Stored items from a collection
● ● ● ● ●
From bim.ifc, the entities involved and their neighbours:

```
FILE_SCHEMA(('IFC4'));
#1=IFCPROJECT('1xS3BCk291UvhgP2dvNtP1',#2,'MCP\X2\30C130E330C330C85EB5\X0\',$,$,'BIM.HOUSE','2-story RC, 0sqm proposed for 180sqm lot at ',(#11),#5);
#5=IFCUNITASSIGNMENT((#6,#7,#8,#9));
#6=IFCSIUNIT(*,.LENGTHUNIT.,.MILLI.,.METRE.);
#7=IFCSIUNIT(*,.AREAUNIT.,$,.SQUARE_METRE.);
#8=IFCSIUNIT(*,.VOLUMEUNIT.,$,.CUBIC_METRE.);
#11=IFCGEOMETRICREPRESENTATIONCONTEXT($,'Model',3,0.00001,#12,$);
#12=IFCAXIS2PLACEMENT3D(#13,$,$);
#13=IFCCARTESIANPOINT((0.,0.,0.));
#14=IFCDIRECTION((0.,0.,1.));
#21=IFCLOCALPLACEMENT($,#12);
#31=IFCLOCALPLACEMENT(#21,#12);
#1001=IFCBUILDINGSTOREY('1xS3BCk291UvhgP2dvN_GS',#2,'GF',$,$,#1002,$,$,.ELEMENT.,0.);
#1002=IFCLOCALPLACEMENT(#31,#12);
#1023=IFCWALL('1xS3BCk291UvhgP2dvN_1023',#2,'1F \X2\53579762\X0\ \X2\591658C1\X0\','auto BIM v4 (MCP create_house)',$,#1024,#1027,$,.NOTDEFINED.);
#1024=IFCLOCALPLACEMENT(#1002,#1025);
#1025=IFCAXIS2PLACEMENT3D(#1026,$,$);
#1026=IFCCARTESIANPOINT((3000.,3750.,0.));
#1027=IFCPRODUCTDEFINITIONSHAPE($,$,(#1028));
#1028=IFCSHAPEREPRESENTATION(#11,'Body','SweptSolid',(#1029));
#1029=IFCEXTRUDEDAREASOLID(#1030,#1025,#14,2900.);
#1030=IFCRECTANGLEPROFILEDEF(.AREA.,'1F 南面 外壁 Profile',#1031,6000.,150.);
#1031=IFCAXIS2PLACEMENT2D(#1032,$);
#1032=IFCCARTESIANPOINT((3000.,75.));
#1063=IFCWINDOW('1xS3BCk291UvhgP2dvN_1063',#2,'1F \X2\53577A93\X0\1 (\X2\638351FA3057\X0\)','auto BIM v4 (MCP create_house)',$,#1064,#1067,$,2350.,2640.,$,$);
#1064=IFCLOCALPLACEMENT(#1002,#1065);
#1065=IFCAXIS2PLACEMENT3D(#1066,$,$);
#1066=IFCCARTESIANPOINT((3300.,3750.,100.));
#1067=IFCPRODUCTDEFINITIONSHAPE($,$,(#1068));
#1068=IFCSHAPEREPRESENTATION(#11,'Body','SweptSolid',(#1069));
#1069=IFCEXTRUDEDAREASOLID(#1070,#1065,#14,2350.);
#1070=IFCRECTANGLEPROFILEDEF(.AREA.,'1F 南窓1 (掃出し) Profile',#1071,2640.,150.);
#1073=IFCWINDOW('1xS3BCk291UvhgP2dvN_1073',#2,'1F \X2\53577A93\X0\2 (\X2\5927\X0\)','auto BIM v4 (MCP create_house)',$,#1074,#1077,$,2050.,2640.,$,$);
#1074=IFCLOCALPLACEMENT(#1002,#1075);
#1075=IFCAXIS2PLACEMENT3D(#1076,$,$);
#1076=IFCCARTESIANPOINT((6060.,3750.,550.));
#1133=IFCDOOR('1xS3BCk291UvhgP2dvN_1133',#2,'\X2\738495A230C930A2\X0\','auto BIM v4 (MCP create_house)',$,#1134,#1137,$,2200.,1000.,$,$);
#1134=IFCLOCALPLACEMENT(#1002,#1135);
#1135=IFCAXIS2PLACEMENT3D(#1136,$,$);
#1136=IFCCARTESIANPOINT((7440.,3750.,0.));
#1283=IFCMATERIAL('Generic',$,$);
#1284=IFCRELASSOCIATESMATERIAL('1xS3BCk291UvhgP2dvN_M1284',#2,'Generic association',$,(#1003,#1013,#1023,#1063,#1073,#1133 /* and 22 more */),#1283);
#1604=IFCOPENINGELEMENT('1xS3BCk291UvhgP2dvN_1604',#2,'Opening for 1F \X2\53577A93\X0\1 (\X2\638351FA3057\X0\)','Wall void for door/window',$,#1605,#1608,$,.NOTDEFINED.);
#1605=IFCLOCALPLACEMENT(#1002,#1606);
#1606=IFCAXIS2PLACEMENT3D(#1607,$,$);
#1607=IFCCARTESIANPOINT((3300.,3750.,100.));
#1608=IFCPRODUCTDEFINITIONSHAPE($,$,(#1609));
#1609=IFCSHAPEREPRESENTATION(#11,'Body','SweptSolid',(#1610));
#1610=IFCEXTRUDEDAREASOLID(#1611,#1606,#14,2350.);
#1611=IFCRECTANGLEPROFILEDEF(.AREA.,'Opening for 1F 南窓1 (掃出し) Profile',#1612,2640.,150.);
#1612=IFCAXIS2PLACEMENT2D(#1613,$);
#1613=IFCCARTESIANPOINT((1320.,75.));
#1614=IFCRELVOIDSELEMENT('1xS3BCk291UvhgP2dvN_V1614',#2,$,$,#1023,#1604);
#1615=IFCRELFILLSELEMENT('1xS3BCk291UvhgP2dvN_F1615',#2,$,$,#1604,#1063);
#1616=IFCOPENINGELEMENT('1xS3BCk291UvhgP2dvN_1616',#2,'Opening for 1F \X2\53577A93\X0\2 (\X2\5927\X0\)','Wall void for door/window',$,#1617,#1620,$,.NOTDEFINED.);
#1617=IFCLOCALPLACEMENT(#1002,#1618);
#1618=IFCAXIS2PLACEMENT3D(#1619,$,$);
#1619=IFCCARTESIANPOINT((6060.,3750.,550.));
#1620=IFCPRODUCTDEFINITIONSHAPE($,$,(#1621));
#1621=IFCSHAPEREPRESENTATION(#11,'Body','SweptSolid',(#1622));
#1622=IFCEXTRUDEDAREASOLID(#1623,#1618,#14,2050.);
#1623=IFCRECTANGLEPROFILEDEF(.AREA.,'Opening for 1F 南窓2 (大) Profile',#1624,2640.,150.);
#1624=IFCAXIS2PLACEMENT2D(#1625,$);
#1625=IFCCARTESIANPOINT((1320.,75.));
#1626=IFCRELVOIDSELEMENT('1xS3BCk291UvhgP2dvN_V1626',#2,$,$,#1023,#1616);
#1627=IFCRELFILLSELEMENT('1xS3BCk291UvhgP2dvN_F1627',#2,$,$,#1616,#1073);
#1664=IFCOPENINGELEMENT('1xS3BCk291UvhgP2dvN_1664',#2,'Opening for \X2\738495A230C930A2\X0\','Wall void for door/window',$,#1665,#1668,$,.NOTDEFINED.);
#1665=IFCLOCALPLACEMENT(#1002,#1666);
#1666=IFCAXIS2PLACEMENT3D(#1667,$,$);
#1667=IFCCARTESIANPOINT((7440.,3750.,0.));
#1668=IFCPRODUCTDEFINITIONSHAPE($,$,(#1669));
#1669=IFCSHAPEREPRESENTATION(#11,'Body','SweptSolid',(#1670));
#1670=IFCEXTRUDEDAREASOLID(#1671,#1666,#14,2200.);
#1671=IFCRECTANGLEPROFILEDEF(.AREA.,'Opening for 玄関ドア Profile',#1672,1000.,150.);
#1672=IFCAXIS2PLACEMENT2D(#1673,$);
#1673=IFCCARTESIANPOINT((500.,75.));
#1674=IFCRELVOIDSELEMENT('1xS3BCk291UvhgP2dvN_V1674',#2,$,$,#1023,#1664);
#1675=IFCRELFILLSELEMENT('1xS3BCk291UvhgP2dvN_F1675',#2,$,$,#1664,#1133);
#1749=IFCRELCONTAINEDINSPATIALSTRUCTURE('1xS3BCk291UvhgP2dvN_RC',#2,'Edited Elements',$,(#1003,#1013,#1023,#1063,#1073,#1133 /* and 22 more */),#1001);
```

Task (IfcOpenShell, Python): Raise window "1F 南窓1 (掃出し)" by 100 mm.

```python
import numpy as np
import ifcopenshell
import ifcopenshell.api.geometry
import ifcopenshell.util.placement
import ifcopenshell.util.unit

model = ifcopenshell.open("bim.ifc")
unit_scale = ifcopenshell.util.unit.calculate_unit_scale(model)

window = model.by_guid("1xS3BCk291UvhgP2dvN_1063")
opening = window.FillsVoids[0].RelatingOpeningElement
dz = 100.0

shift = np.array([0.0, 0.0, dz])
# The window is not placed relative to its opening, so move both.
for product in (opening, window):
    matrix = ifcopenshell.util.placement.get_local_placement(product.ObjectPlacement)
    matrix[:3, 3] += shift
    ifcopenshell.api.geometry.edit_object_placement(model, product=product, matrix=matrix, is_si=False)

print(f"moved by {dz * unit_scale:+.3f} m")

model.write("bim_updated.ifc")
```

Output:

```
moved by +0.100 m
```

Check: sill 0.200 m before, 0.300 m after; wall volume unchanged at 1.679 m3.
● ● ● ● ●
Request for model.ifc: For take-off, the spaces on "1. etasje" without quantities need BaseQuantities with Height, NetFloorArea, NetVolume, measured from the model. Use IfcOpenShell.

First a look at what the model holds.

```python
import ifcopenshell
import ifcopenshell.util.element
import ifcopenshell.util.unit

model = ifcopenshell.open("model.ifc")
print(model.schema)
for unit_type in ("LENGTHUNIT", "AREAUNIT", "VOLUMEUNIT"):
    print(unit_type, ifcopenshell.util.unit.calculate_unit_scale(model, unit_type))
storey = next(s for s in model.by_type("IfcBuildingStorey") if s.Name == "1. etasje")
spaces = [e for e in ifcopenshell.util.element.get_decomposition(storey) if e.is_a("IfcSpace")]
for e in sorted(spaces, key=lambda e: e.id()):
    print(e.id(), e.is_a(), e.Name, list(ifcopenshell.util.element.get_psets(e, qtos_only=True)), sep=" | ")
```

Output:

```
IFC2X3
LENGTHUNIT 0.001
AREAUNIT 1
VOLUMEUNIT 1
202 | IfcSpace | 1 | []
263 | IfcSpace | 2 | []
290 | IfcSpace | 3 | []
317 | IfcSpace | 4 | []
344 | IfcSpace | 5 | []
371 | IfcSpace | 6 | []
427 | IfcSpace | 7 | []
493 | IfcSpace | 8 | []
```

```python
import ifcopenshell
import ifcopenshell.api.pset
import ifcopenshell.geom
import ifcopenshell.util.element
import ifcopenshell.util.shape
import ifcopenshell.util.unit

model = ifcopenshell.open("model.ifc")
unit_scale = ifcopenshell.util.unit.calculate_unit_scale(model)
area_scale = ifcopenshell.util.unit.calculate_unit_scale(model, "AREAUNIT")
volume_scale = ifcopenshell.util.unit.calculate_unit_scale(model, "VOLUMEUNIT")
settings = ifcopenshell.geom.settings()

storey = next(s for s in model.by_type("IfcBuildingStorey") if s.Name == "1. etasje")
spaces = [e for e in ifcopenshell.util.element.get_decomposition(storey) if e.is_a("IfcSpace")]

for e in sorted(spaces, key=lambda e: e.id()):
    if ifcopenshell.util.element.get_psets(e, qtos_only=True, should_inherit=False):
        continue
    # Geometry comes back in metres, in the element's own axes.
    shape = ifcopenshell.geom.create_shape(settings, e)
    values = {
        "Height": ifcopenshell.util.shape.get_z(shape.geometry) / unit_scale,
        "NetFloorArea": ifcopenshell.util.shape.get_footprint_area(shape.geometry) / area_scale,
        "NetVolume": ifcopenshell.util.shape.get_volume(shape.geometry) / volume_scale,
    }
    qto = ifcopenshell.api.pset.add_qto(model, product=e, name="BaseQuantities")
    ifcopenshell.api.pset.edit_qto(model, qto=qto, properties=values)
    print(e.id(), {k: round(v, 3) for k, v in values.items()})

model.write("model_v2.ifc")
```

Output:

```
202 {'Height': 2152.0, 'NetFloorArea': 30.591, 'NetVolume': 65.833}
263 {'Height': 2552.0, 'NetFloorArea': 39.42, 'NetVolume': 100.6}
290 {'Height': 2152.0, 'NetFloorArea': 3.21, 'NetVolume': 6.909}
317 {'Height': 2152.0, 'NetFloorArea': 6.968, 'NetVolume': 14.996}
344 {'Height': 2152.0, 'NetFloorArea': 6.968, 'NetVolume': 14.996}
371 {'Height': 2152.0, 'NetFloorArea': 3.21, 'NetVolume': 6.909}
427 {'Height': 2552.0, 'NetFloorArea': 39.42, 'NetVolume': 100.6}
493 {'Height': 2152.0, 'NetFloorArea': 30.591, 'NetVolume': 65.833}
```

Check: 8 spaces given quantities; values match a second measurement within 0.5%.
● ● ● ● ●
Work required
Your reply should contain only the number of lines in the entries above with the word "IFCWINDOW".

The completed task
2